It was a road Alan Badger had been on dozens of times. He was riding his motorcycle with a group of friends on County Road L34 in Iowa, heading to Beebeetown. His bike slipped on some loose gravel as he made a left-hand turn and he found himself headed toward an embankment.
“I remember thinking ‘Oh no, this can’t be happening,’” he said. “’This is going to hurt.’” He hit the ground and the 700-pound motorcycle bounced off his chest as if hitting a trampoline. The weight broke all but three of his ribs. Sharp fragments punctured his lung and suddenly he wasn’t getting enough oxygen to breathe. His right arm was also detached internally—only skin keeping it in place.
In severe pain, all he could think of was wriggling out of his new $500 motorcycle jacket so medics wouldn’t have to cut it off of him. Today, he’s thankful to one of those medics—who realized the seriousness of Badger’s injuries and called for the Life Net helicopter instead of an ambulance.
“One of the helicopter nurses visited me later and told me I was blue (from lack of oxygen) when they came up on me.” Badger said. “They said it was the worst case they’d seen that made it to the hospital and lived.”
The trauma team at Alegent Creighton Health Creighton University Medical Center stabilized him and transferred him to the intensive care unit. Badger was in a coma for two weeks and in ICU for four. During that time, Justin Siebler, M.D., an orthopaedic traumatologist, went to work on a fractured collarbone and shoulder blade. “He took a huge blow,” Dr. Siebler said. “This is not an uncommon scenario for a motorcycle accident.” Another surgeon fixed Badger’s ribs, using plates to hold the broken bone together.
Badger recently returned to the third floor to thank the ICU professionals who took care of him. “I wouldn’t be here but for the team effort of the doctors and nurses and staff there,” he said. “Without the blessing of God and the prayers of everyone, I really wouldn’t be here today, God created the technology for them to put me back together.”

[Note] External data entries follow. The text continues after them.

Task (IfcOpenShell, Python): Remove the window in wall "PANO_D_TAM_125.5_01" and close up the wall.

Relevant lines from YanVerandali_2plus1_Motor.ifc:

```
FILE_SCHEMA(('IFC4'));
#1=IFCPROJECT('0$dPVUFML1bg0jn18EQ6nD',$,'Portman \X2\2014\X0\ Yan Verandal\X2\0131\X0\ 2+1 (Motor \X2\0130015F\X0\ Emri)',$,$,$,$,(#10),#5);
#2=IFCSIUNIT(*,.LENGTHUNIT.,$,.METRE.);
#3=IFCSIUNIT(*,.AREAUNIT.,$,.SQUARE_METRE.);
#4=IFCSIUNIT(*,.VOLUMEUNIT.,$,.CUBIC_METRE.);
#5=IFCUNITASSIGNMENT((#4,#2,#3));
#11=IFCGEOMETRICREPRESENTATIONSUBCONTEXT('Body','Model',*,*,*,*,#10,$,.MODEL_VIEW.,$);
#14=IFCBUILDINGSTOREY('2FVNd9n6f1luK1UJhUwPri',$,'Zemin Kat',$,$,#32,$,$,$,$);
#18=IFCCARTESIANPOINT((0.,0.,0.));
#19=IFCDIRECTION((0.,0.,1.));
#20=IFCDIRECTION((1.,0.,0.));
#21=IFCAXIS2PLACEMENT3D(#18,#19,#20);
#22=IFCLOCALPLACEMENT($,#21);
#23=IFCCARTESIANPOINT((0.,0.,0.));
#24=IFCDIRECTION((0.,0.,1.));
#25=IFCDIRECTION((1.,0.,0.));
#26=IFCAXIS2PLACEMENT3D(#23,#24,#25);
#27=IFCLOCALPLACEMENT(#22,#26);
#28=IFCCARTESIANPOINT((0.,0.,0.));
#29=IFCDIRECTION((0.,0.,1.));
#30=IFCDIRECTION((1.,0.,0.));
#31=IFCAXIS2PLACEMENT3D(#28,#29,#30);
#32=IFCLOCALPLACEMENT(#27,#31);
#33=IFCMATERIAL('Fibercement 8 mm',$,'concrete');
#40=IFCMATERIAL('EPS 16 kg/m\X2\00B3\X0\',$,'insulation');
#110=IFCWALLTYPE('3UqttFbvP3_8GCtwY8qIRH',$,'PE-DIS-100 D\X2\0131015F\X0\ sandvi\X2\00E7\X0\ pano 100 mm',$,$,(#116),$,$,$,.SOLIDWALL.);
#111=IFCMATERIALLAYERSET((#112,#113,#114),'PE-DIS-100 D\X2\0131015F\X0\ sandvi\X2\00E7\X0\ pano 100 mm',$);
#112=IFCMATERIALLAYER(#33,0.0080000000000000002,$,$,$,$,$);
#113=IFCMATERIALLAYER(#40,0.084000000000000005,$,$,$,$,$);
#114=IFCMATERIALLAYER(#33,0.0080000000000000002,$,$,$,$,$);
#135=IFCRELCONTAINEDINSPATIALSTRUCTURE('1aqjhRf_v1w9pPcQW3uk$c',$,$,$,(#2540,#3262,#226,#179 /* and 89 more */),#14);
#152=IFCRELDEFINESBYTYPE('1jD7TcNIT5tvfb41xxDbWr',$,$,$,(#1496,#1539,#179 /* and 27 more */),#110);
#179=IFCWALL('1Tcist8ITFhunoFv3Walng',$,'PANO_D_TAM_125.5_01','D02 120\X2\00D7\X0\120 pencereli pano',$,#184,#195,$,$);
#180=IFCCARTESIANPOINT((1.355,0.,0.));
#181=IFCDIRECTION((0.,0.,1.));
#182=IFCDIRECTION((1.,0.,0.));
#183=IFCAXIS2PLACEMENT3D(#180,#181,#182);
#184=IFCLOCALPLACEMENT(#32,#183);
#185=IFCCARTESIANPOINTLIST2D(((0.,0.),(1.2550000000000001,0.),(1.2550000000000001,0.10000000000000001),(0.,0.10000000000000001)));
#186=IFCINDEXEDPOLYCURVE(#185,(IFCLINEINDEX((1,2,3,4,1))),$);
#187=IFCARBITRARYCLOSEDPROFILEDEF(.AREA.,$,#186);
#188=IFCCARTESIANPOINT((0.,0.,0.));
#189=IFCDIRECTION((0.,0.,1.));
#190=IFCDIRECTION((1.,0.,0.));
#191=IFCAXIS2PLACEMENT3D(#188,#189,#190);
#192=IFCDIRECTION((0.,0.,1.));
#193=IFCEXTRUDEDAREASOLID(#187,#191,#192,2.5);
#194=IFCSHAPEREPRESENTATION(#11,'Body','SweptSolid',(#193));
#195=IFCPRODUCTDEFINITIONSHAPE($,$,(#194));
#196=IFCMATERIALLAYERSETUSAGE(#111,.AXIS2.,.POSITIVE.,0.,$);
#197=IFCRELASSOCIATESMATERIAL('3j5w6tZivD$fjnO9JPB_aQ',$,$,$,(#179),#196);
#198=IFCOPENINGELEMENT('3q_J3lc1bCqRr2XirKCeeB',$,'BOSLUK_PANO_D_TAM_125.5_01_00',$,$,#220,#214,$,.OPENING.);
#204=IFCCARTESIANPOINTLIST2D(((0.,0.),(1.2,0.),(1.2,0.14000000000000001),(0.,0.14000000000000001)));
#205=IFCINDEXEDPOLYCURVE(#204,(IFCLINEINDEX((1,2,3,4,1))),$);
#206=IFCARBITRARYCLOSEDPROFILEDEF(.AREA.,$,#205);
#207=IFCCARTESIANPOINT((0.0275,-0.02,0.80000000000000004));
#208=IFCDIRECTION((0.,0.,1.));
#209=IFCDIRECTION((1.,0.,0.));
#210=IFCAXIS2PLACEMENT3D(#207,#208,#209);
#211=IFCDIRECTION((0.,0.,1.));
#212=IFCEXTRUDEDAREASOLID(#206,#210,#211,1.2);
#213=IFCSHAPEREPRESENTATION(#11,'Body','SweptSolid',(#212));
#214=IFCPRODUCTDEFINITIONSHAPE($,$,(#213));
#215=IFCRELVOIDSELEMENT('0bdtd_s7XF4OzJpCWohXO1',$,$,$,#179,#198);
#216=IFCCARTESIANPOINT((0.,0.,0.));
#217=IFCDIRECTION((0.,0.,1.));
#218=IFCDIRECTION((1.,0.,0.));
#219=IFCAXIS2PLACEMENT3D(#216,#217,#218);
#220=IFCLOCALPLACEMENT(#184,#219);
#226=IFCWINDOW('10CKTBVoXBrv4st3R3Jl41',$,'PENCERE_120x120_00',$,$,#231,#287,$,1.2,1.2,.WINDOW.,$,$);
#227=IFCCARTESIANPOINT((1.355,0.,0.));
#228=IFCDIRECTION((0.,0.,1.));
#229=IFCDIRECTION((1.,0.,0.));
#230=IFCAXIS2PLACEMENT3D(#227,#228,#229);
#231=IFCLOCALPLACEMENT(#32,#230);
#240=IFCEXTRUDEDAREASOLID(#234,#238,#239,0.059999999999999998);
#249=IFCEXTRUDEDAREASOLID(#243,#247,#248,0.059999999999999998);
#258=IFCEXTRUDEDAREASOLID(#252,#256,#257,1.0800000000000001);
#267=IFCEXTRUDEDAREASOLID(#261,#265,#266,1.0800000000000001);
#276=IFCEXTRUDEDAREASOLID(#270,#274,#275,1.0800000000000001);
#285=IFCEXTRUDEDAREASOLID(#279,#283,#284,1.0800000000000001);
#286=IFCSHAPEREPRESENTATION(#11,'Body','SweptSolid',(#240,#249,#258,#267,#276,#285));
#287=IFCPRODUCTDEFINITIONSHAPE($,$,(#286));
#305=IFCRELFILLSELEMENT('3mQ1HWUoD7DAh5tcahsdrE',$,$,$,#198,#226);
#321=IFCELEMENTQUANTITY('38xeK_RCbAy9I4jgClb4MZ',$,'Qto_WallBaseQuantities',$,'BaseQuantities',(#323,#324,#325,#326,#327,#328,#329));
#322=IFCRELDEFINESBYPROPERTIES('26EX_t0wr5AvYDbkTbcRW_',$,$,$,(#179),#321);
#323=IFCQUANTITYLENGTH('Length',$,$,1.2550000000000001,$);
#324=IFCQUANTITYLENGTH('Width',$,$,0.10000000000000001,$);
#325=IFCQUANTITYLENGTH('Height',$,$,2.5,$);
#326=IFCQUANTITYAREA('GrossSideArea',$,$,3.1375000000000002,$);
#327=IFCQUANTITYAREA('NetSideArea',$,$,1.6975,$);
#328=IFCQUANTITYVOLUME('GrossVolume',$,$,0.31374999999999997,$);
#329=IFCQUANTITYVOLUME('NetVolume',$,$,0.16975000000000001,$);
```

```python
import ifcopenshell
import ifcopenshell.api.feature
import ifcopenshell.api.pset
import ifcopenshell.api.root
import ifcopenshell.geom
import ifcopenshell.util.element
import ifcopenshell.util.shape
import ifcopenshell.util.unit

model = ifcopenshell.open("YanVerandali_2plus1_Motor.ifc")
area_scale = ifcopenshell.util.unit.calculate_unit_scale(model, "AREAUNIT")
volume_scale = ifcopenshell.util.unit.calculate_unit_scale(model, "VOLUMEUNIT")
settings = ifcopenshell.geom.settings()


def volume(element):
    """Net volume in cubic metres, openings subtracted."""
    shape = ifcopenshell.geom.create_shape(settings, element)
    return ifcopenshell.util.shape.get_volume(shape.geometry)


window = model.by_id(226)
opening = window.FillsVoids[0].RelatingOpeningElement
wall = opening.VoidsElements[0].RelatingBuildingElement
before = volume(wall)

ifcopenshell.api.root.remove_product(model, product=window)
ifcopenshell.api.feature.remove_feature(model, feature=opening)

after = volume(wall)
thickness = 0.1  # wall thickness in metres

# Update the wall's stored quantities.
qto = model.by_id(ifcopenshell.util.element.get_pset(wall, "Qto_WallBaseQuantities", should_inherit=False)["id"])
ifcopenshell.api.pset.edit_qto(model, qto=qto, properties={
    "NetSideArea": after / thickness / area_scale,
    "NetVolume": after / volume_scale,
})

print(f"wall volume {before:.3f} -> {after:.3f} m3")

model.write("YanVerandali_2plus1_Motor_edited.ifc")
```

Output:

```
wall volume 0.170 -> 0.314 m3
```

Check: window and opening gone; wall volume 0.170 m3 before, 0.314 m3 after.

One nurse, Joyce Taylor, R.N. was his “guardian angel.” Taylor seemed to always be by his side when he woke up. “She made me comfortable. I didn’t want to be left alone. I was freaking out and I loved her bedside manner. When I needed to be straightened out, she straightened me out.” Like the day he yanked out his feeding tube. “I got into quite a bit of trouble for that,” he said with a smile.
After he left CUMC, Badger required a lot of physical therapy. Three times a week he visits the Alegent Creighton Clinic Bellevue to work on his range of motion and to rebuild his muscle mass. Dr. Siebler said Badger is doing well, considering it’s been three only months since the accident. “His arm is functioning and he is using it,” Dr. Siebler said. “He’s very determined to make it better.”
Badger also quit smoking and lost 30 pounds. “I don’t recommend a ‘crash diet’ like that,” he said, grinning at the play on words. “I’m a 212-pound weakling now.”
The six-foot-five rider hopes to be back on a motorcycle a year from now but things will be different. He’ll never ride without a helmet again and will ride slower and be more aware of road conditions. “I’m so lucky I didn’t have anything happen to my head or spine.” And he’ll always ride with others. “If I’d been by myself that day, I wouldn’t be here now.” He knows a lot of riders who have been in motorcycle accidents, including two who died.
There have been other changes in Badger. He said he pays more attention to his wife and six children. “Before it was all about what Alan wanted to do. Someone wanted me to stop and smell the coffee. I was 57 going on 25. Now I’m 57 going on 58.”